WG goes international – jetzt erst recht!


Wenn echte Begegnungen nicht stattfinden können, muss kreativ auf andere Möglichkeiten ausgewichen werden. So haben 11 Schülerinnen und Schüler und drei Lehrerinnen des Wilhelmsgymnasiums vom 8.-10. Februar 2021 im Rahmen des Erasmus-Projekts „Exploring Europe“ an einem virtuellen internationalen Treffen zusammen mit allen 4 Partnerschulen aus Griechenland, Finnland, Bulgarien und Irland zum Thema „Environmental Issues and Forms of Participation: Die Umweltsituation und Möglichkeiten der Beteiligung“ teilgenommen.

Insgesamt gab es rund 55 Teilnehmerinnen: 45 Schülerinnen und 10 Lehrerinnen.
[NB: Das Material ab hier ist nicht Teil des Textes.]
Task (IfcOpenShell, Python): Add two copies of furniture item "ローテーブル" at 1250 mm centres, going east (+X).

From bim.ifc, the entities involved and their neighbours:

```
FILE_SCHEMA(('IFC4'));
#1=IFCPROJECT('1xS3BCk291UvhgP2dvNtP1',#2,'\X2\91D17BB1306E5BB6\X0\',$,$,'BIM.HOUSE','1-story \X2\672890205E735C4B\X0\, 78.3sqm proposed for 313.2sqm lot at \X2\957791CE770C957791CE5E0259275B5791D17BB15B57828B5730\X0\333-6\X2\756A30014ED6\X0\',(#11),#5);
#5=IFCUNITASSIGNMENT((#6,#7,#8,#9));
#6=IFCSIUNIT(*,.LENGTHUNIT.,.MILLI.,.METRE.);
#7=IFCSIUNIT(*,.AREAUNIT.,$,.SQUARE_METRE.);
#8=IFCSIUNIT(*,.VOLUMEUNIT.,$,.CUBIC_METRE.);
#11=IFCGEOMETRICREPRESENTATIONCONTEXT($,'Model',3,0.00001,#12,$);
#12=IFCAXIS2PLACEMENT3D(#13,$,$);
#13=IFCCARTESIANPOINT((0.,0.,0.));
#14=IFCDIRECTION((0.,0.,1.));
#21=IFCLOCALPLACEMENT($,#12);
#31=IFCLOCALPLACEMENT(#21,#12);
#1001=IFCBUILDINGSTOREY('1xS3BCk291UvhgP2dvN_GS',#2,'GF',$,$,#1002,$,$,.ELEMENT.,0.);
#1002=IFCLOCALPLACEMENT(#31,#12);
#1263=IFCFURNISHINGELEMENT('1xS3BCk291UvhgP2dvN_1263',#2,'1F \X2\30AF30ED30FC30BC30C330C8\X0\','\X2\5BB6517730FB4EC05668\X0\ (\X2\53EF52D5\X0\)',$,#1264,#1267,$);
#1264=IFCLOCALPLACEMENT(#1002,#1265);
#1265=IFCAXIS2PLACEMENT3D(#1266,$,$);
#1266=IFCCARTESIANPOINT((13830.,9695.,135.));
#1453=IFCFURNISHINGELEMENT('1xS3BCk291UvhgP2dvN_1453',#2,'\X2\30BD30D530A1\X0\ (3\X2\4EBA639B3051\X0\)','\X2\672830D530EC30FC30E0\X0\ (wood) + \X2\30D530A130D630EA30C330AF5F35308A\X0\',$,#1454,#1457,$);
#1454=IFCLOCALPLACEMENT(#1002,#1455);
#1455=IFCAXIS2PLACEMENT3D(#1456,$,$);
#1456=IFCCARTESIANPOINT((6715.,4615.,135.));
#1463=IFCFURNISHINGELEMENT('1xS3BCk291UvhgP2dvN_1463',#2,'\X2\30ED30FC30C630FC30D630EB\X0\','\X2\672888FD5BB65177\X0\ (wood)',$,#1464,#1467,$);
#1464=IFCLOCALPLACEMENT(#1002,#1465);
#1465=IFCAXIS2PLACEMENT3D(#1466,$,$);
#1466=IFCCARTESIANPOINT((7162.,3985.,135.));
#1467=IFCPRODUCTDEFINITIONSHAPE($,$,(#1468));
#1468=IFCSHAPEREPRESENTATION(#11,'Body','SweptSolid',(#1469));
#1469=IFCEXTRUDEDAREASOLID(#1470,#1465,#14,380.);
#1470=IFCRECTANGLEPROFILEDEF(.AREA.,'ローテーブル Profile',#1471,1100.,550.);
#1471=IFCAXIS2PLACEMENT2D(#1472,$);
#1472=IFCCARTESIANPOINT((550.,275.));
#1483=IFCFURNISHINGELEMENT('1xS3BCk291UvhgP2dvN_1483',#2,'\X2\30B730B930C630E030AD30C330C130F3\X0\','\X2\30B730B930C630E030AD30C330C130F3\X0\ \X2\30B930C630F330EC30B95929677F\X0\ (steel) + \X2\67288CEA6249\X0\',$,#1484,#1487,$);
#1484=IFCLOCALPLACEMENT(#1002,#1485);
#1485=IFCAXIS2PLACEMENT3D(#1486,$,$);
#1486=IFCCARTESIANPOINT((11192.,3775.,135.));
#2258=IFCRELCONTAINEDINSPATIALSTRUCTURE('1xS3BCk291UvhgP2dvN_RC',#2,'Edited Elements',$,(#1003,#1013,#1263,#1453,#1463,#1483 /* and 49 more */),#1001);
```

```python
import numpy as np
import ifcopenshell
import ifcopenshell.api.geometry
import ifcopenshell.api.root
import ifcopenshell.util.element
import ifcopenshell.util.placement

model = ifcopenshell.open("bim.ifc")


def reuse_history(source, copy):
    """copy_class also copies each property set's owner history, people and application; keep the originals."""
    for rel in copy.IsDefinedBy:
        if rel.is_a("IfcRelDefinesByProperties") and (history := rel.RelatingPropertyDefinition.OwnerHistory):
            rel.RelatingPropertyDefinition.OwnerHistory = source.OwnerHistory
            ifcopenshell.util.element.remove_deep2(model, history)


source = model.by_id(1463)
base = ifcopenshell.util.placement.get_local_placement(source.ObjectPlacement)
step = np.array([1.0, 0.0, 0.0]) * 1250.0

for i in range(1, 3):
    copy = ifcopenshell.api.root.copy_class(model, product=source)
    copy.Representation = ifcopenshell.util.element.copy_deep(
        model, source.Representation, exclude=["IfcGeometricRepresentationContext", "IfcRepresentationMap"]
    )
    reuse_history(source, copy)
    matrix = base.copy()
    matrix[:3, 3] += i * step
    print("added at", matrix[:3, 3].round(3) + 0.0)
    ifcopenshell.api.geometry.edit_object_placement(model, product=copy, matrix=matrix, is_si=False)

model.write("bim-out.ifc")
```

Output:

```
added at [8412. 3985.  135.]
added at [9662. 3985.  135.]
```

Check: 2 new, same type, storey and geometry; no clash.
Die Organisation wurde unter allen fünf Ländern aufgeteilt; außerdem wurde das deutsche Team von der evangelischen Akademie mit einem politischen Planspiel zum Thema „Corona und was nun? Der European Green Deal“ fachmännisch unterstützt.

Eigentlich war für März ein Begegnungstreffen in Finnland geplant, das aber natürlich in Zeiten von Corona nicht stattfinden kann. Also musste ein bestmöglicher Ersatz gefunden werden, um in Kontakt zu treten und sich einmal auf europäischer Ebene auszutauschen: Während in Finnland und Deutschland minus 20 Grad herrschten, erfuhren die Teilnehmer, dass in Griechenland bereits die Mandelbäume blühen und die bulgarischen Lehrerinnen und Lehrer zusammen mit den Ärzten und Pflegekräften bereits geimpft sind, um die frühe Öffnung von Schulen unter sicheren Bedingungen zu ermöglichen. Auch in Finnland sind die Schulen geöffnet, während sich Irland noch im verschärften Lockdown befindet, d.h., niemand darf sich weiter als 5 km von seinem Wohnort entfernen.

Inhaltlich haben die Schülerinnen neben Vorträgen zu unterschiedlichen Umweltprojekten in den einzelnen Ländern am zweiten Tag an einem Planspiel zum europäischen „Green Deal“ teilgenommen und mit einer Politikwissenschaftlerin über Möglichkeiten für das eigene Handeln innerhalb der EU diskutiert. Immer wieder gab es die Möglichkeit, in sogenannten „Breakout Sessions“ in Kleingruppen international zusammenzuarbeiten, Ideen auszutauschen, Glossare zu erstellen, an einem Quiz teilzunehmen, Gedichte zu entwerfen, die später vorgetragen wurden und schließlich am letzten Tag gemeinsam ein Fotobuch zu entwerfen, das den Teilnehmerinnen als Erinnerung an das virtuelle Treffens erhalten bleibt. Auch Email-Adressen wurden ausgetauscht, sodass die Schülerinnen und Schüler weiter in Kontakt bleiben und später auch private Begegnungen planen können.

Mit mentimeter, padlet, actionbound, kahoot und ourboox haben auch die Lehrerinnen neben vielen Einblicken in die Methodik der anderen Länder einige Applikationen kennengelernt, mit denen sich der (digitale) Unterricht abwechslungsreich gestalten lässt.


Dass dabei Englisch als Kommunikationssprache diente, wurde im Laufe des Treffens immer selbstverständlicher.

Insgesamt wurde das virtuelle Begegnungstreffen von allen Seiten als wertvolle Bereicherung und – besonders in Lockdown-Zeiten – als gelungener Blick über den Tellerrand empfunden und war bestimmt nicht das letzte seiner Art.